== Work required ==
This task calls for copying every line in the data below that contains the word "IFCRELCONTAINEDINSPATIALSTRUCTURE".

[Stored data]
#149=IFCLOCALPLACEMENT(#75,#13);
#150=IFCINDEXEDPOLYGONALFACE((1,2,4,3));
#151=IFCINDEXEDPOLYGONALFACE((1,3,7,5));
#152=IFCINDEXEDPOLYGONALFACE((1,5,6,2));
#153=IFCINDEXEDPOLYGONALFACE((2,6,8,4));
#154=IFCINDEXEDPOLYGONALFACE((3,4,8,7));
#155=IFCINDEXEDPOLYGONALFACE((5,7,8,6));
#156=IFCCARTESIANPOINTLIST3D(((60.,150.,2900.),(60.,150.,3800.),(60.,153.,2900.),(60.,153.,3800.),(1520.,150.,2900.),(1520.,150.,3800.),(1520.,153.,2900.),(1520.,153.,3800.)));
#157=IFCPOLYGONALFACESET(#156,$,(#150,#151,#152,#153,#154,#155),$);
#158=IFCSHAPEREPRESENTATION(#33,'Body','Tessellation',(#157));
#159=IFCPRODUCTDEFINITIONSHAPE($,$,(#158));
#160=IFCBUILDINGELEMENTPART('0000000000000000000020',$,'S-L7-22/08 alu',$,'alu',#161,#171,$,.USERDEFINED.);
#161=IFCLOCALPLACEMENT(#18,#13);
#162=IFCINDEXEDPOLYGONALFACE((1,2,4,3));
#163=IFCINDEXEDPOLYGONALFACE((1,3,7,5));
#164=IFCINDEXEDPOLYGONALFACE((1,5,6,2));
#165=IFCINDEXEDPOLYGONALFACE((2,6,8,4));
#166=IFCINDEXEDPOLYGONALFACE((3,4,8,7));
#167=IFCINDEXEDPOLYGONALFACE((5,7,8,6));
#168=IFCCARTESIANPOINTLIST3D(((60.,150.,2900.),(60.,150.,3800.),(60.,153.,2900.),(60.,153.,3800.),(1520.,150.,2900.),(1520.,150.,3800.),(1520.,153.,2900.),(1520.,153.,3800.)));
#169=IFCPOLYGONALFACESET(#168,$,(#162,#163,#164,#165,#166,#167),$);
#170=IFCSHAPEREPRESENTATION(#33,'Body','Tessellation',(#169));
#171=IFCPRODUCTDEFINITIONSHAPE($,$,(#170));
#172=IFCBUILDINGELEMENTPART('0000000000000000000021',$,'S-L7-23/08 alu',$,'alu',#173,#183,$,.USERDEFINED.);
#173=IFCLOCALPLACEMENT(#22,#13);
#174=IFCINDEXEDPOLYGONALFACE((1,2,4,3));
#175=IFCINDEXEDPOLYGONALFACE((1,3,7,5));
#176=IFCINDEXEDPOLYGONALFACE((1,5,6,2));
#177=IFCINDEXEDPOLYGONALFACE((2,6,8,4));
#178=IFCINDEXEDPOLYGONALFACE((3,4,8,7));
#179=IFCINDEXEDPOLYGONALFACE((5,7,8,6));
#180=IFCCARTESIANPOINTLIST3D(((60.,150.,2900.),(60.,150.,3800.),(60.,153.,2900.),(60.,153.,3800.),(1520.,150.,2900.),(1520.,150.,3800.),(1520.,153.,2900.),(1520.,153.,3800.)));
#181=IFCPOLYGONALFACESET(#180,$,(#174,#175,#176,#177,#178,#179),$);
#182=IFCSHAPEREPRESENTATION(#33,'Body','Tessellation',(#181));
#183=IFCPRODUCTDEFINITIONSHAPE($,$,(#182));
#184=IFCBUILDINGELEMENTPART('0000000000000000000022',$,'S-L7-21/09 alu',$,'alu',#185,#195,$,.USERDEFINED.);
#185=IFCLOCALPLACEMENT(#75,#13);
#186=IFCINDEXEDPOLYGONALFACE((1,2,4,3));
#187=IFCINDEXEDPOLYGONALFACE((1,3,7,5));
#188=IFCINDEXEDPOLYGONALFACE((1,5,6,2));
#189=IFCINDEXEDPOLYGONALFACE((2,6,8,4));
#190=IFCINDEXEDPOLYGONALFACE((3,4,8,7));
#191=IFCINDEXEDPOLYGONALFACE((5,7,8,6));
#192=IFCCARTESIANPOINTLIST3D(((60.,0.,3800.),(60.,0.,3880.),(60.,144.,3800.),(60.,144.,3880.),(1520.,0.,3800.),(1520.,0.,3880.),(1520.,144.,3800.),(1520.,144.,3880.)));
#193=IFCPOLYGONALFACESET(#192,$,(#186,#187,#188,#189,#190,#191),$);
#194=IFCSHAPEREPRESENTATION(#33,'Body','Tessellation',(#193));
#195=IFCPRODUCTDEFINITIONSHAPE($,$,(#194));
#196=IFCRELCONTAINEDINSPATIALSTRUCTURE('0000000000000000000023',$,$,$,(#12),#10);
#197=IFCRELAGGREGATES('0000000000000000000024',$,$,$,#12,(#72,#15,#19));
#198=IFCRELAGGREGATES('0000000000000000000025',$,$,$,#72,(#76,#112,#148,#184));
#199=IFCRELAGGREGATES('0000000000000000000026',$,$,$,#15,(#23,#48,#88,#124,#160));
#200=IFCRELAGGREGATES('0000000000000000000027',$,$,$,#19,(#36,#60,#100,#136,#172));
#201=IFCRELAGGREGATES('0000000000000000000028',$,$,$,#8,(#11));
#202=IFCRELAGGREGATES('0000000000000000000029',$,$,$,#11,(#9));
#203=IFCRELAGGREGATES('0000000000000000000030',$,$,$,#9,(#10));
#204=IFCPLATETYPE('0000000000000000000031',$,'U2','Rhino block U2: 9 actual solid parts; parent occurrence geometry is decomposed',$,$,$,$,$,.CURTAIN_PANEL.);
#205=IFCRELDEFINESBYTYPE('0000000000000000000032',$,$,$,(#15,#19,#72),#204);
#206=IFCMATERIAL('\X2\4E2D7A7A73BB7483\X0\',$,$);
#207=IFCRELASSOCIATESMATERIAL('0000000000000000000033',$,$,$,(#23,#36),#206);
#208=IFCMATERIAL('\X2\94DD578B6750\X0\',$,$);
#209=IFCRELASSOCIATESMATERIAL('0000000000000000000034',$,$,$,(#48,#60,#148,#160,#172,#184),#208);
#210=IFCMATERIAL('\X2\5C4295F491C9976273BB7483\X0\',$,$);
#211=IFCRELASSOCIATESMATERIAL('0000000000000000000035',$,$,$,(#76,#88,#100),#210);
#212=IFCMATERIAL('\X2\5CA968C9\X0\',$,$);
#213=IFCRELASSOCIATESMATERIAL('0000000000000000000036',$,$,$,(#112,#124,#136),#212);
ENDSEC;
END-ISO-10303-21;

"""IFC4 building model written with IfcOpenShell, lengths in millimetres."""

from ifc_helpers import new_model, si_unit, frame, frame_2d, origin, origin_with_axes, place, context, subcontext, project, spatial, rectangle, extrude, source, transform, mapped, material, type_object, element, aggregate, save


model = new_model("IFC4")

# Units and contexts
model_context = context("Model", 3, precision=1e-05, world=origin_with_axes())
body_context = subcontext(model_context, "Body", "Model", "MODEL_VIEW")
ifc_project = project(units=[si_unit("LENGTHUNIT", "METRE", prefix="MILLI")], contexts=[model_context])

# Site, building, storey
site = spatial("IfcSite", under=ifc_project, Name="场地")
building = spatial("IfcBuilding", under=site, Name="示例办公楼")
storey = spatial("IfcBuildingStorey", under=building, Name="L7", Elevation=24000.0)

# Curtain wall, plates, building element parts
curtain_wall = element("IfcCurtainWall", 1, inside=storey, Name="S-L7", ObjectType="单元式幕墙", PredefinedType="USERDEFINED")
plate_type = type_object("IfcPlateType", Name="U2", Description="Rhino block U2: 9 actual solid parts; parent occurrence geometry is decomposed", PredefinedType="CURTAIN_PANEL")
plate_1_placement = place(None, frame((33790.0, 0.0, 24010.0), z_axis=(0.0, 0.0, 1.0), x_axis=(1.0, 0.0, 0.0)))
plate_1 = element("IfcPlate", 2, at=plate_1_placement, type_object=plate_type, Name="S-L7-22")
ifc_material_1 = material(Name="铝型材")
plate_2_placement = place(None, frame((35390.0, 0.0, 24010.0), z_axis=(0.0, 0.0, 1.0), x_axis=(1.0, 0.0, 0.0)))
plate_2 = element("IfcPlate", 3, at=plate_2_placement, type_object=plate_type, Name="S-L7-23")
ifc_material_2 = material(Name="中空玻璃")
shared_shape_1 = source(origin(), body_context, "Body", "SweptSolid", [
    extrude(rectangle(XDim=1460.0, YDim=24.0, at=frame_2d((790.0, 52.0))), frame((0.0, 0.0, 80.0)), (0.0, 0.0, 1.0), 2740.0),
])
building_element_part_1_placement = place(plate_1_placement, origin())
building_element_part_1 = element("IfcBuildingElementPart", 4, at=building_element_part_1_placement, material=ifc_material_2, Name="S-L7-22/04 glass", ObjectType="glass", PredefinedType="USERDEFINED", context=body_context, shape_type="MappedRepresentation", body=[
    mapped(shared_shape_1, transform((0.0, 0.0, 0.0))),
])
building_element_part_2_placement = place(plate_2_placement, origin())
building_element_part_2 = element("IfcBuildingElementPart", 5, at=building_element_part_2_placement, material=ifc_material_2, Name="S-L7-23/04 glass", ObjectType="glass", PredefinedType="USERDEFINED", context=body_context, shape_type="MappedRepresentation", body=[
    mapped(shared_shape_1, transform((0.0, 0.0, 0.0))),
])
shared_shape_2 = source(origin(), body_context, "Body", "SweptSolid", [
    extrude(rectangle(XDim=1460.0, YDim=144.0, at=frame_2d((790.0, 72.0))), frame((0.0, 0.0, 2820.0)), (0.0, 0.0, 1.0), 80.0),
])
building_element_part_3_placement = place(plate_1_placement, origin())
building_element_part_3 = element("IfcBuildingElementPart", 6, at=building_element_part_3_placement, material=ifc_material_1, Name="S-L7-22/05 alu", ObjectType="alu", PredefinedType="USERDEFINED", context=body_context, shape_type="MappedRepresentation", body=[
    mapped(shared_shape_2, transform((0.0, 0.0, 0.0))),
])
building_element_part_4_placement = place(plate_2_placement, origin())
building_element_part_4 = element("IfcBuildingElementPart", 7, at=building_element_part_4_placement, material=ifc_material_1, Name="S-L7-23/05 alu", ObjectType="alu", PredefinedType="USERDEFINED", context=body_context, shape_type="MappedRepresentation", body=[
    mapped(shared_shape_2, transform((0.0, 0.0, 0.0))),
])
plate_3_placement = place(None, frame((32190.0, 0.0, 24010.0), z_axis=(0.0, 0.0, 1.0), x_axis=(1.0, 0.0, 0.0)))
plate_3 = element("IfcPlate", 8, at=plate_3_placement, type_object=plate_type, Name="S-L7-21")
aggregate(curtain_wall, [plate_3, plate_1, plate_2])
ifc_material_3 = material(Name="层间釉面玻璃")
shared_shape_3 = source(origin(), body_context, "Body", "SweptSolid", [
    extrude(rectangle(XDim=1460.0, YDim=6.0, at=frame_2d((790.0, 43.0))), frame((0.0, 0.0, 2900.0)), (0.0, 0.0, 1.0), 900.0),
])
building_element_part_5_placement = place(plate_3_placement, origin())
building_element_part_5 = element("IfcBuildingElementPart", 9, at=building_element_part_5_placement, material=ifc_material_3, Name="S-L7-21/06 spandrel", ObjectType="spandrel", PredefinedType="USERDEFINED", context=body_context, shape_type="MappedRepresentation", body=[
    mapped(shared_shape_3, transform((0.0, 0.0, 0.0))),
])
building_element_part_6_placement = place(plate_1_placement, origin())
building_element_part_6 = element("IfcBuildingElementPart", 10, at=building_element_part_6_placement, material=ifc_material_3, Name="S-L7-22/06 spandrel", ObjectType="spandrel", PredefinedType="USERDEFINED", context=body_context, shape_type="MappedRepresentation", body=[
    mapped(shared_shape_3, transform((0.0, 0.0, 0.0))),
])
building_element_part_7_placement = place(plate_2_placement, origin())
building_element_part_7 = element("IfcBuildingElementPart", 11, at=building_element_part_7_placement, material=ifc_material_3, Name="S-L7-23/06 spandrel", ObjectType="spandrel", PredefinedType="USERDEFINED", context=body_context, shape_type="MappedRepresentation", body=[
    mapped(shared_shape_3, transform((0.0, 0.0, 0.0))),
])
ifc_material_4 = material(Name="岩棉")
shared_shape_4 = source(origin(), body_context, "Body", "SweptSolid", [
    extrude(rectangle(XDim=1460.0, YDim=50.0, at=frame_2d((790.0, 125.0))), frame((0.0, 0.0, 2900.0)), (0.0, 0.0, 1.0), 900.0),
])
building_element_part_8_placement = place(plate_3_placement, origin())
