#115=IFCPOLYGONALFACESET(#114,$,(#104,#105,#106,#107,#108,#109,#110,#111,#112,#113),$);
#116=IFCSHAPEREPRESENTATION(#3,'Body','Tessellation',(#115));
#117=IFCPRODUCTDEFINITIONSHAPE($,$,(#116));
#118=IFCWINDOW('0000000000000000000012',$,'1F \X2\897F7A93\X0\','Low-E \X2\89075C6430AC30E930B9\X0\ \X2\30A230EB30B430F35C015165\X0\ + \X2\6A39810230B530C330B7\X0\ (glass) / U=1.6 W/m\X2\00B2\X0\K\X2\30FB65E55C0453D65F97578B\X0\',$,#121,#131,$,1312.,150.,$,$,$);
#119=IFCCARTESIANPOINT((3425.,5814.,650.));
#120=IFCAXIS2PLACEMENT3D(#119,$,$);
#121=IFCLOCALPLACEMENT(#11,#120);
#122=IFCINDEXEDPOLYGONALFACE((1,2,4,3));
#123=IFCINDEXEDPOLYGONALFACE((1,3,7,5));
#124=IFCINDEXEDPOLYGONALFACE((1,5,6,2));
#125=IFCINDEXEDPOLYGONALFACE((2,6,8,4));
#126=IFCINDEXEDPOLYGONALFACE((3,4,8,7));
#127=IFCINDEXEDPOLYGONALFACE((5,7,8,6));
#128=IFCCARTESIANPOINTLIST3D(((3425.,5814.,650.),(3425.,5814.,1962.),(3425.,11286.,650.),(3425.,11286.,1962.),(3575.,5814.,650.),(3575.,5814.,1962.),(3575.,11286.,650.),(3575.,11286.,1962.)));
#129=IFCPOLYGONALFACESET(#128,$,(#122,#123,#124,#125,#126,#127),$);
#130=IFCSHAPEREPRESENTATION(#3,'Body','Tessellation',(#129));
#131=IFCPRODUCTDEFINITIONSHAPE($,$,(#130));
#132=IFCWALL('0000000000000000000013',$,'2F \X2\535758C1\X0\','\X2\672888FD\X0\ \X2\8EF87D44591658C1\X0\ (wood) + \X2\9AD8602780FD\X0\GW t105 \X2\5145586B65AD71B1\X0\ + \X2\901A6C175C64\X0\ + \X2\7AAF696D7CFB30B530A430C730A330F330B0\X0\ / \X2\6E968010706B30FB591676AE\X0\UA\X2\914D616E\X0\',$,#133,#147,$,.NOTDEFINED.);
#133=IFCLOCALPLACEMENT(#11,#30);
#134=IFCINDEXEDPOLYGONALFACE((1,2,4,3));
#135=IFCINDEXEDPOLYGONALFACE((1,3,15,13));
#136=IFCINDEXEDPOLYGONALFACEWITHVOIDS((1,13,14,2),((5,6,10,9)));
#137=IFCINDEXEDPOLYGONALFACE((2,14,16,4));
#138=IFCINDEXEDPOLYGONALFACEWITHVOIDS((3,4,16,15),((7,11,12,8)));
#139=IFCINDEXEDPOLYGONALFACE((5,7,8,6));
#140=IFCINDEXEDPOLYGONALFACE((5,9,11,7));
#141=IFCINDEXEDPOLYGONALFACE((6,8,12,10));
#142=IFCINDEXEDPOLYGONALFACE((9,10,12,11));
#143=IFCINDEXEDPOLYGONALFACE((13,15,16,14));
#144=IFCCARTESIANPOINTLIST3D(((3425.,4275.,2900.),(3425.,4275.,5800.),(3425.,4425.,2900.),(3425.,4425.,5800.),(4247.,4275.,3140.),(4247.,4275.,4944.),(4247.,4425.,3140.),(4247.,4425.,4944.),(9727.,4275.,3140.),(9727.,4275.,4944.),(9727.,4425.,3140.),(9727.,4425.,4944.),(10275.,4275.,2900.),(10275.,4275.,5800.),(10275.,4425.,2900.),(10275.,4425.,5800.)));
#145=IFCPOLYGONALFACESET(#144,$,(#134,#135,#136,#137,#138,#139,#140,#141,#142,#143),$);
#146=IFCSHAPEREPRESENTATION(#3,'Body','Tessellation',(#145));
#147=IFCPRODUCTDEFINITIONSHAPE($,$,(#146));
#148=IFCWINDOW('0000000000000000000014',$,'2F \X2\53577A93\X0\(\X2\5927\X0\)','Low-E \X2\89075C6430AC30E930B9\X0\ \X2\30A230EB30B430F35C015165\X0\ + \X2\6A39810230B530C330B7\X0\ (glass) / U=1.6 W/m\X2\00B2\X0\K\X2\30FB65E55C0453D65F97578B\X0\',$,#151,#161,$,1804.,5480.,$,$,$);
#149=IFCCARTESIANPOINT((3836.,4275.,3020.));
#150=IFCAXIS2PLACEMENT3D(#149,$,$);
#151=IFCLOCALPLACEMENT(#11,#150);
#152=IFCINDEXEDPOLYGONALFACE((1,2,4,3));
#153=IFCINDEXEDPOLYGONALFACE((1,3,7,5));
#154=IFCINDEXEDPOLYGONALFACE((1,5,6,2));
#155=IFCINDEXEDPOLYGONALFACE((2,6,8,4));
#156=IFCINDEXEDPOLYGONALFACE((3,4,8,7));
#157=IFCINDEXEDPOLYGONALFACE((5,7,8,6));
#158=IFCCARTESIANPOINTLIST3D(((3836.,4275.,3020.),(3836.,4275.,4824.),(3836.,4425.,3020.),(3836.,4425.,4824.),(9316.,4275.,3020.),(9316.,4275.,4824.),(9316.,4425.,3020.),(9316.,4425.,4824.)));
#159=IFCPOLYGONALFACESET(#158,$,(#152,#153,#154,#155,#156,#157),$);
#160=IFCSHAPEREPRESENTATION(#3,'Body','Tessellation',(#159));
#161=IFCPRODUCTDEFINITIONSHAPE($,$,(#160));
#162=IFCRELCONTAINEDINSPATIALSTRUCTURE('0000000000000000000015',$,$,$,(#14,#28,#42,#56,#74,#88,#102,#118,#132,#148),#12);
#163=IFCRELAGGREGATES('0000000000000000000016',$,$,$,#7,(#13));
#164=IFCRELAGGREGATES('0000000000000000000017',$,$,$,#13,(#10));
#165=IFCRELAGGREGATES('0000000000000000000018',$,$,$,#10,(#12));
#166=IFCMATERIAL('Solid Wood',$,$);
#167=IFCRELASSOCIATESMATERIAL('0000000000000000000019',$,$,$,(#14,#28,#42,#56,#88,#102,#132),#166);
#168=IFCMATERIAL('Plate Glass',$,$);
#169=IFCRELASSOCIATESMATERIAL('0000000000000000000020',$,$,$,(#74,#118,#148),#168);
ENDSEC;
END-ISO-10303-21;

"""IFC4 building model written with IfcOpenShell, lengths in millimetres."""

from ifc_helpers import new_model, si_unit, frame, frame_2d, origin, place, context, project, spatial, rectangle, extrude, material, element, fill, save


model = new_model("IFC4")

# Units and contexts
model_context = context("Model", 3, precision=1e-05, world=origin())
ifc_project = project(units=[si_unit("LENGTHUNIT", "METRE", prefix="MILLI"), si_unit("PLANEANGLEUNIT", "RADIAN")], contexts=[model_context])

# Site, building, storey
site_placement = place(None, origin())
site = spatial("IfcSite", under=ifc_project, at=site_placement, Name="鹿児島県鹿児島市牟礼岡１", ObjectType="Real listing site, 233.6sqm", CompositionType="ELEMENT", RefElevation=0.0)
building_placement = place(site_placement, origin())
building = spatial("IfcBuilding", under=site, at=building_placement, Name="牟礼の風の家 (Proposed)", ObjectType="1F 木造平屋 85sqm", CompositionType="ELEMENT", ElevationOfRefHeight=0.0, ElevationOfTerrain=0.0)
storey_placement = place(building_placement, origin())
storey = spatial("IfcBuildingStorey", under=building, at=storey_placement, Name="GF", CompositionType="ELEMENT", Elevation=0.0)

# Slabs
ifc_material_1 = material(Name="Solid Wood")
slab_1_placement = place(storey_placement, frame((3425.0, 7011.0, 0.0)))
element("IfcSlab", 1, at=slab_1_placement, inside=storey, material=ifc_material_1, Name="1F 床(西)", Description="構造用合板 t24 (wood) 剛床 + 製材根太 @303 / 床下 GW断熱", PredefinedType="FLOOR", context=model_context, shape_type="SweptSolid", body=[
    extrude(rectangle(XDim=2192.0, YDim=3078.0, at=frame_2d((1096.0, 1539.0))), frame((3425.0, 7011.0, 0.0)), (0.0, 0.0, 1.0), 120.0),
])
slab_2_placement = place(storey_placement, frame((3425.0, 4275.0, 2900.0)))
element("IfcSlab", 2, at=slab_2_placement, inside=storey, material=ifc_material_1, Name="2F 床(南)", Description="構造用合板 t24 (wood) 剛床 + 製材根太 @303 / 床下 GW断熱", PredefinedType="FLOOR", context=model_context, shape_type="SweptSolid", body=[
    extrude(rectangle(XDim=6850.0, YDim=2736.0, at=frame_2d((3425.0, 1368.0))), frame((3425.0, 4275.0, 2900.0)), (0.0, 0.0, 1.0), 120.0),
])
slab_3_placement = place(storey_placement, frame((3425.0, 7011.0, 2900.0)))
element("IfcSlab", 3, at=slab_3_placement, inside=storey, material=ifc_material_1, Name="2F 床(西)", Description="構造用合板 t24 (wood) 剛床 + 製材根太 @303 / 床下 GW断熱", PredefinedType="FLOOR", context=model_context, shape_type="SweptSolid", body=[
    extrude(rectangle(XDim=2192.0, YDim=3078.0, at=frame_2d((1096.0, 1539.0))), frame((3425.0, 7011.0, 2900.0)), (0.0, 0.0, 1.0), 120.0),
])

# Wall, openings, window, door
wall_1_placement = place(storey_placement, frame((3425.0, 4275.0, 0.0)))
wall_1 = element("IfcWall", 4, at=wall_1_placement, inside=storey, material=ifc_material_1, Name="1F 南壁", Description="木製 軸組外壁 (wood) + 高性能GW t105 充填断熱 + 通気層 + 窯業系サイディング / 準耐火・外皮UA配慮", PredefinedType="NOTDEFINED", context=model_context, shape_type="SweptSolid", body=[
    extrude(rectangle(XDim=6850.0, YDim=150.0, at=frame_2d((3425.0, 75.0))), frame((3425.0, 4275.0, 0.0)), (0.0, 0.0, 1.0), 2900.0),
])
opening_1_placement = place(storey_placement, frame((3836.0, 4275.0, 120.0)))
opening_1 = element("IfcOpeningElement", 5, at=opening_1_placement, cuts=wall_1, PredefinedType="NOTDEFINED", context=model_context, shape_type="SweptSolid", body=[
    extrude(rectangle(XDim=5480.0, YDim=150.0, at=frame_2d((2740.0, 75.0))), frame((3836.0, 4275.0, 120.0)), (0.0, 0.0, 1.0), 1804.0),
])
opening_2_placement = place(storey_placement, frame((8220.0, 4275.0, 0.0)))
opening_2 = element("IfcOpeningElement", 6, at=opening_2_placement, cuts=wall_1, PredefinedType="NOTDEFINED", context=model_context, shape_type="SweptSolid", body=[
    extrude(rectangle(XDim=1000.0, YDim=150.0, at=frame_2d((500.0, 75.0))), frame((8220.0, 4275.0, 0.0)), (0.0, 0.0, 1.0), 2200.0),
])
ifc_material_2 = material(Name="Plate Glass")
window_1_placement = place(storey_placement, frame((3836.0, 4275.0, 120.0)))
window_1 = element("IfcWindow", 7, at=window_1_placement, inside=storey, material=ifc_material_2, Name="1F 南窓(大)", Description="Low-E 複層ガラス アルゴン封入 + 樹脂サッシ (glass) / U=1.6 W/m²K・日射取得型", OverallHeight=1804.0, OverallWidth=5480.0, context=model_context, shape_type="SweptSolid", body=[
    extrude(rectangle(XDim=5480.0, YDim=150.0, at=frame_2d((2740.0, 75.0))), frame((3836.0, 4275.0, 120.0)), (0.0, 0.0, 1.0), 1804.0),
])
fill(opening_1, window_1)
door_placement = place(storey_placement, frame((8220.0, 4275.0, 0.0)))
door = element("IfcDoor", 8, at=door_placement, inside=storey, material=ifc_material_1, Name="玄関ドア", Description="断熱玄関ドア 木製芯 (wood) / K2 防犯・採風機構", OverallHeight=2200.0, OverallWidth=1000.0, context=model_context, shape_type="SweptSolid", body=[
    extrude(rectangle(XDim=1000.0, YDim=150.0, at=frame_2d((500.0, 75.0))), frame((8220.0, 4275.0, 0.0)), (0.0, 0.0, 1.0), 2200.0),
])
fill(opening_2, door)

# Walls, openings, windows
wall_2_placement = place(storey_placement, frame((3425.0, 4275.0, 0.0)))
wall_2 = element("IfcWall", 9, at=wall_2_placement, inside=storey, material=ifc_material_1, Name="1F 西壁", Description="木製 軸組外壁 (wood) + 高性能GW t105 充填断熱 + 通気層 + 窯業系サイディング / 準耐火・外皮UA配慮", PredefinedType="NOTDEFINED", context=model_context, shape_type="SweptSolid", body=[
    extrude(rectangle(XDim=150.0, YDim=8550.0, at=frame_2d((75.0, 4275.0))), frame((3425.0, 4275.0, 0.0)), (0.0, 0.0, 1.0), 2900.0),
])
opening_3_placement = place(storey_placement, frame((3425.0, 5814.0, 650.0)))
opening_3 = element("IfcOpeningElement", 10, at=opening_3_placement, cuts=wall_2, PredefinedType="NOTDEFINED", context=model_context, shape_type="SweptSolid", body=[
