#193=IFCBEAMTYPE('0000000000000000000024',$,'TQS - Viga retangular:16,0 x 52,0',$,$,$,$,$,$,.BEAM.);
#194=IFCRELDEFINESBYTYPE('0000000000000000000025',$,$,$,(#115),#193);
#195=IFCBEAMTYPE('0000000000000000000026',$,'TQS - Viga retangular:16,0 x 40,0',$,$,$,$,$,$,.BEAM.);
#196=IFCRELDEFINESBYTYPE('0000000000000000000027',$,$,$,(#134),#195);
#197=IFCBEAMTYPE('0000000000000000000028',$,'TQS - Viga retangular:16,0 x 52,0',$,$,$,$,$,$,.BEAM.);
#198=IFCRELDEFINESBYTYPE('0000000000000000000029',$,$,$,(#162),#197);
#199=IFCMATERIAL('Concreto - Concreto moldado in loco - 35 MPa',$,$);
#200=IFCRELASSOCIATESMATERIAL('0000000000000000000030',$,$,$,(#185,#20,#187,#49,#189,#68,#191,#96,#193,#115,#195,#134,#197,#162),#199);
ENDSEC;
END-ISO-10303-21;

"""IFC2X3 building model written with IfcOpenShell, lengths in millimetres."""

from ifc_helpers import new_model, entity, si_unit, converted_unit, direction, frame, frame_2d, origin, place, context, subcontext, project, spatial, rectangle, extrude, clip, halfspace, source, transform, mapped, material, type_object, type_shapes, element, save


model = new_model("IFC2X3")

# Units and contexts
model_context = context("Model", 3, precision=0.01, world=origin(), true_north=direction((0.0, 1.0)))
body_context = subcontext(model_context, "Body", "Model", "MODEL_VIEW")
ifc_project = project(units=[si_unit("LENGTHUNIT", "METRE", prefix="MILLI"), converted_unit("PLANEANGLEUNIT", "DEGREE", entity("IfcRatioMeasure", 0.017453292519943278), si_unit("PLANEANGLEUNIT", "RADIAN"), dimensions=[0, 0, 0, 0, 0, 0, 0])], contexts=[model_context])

== Solution to this task ==
#196=IFCRELCONTAINEDINSPATIALSTRUCTURE('0000000000000000000023',$,$,$,(#12),#10);
#162=IFCRELCONTAINEDINSPATIALSTRUCTURE('0000000000000000000015',$,$,$,(#14,#28,#42,#56,#74,#88,#102,#118,#132,#148),#12);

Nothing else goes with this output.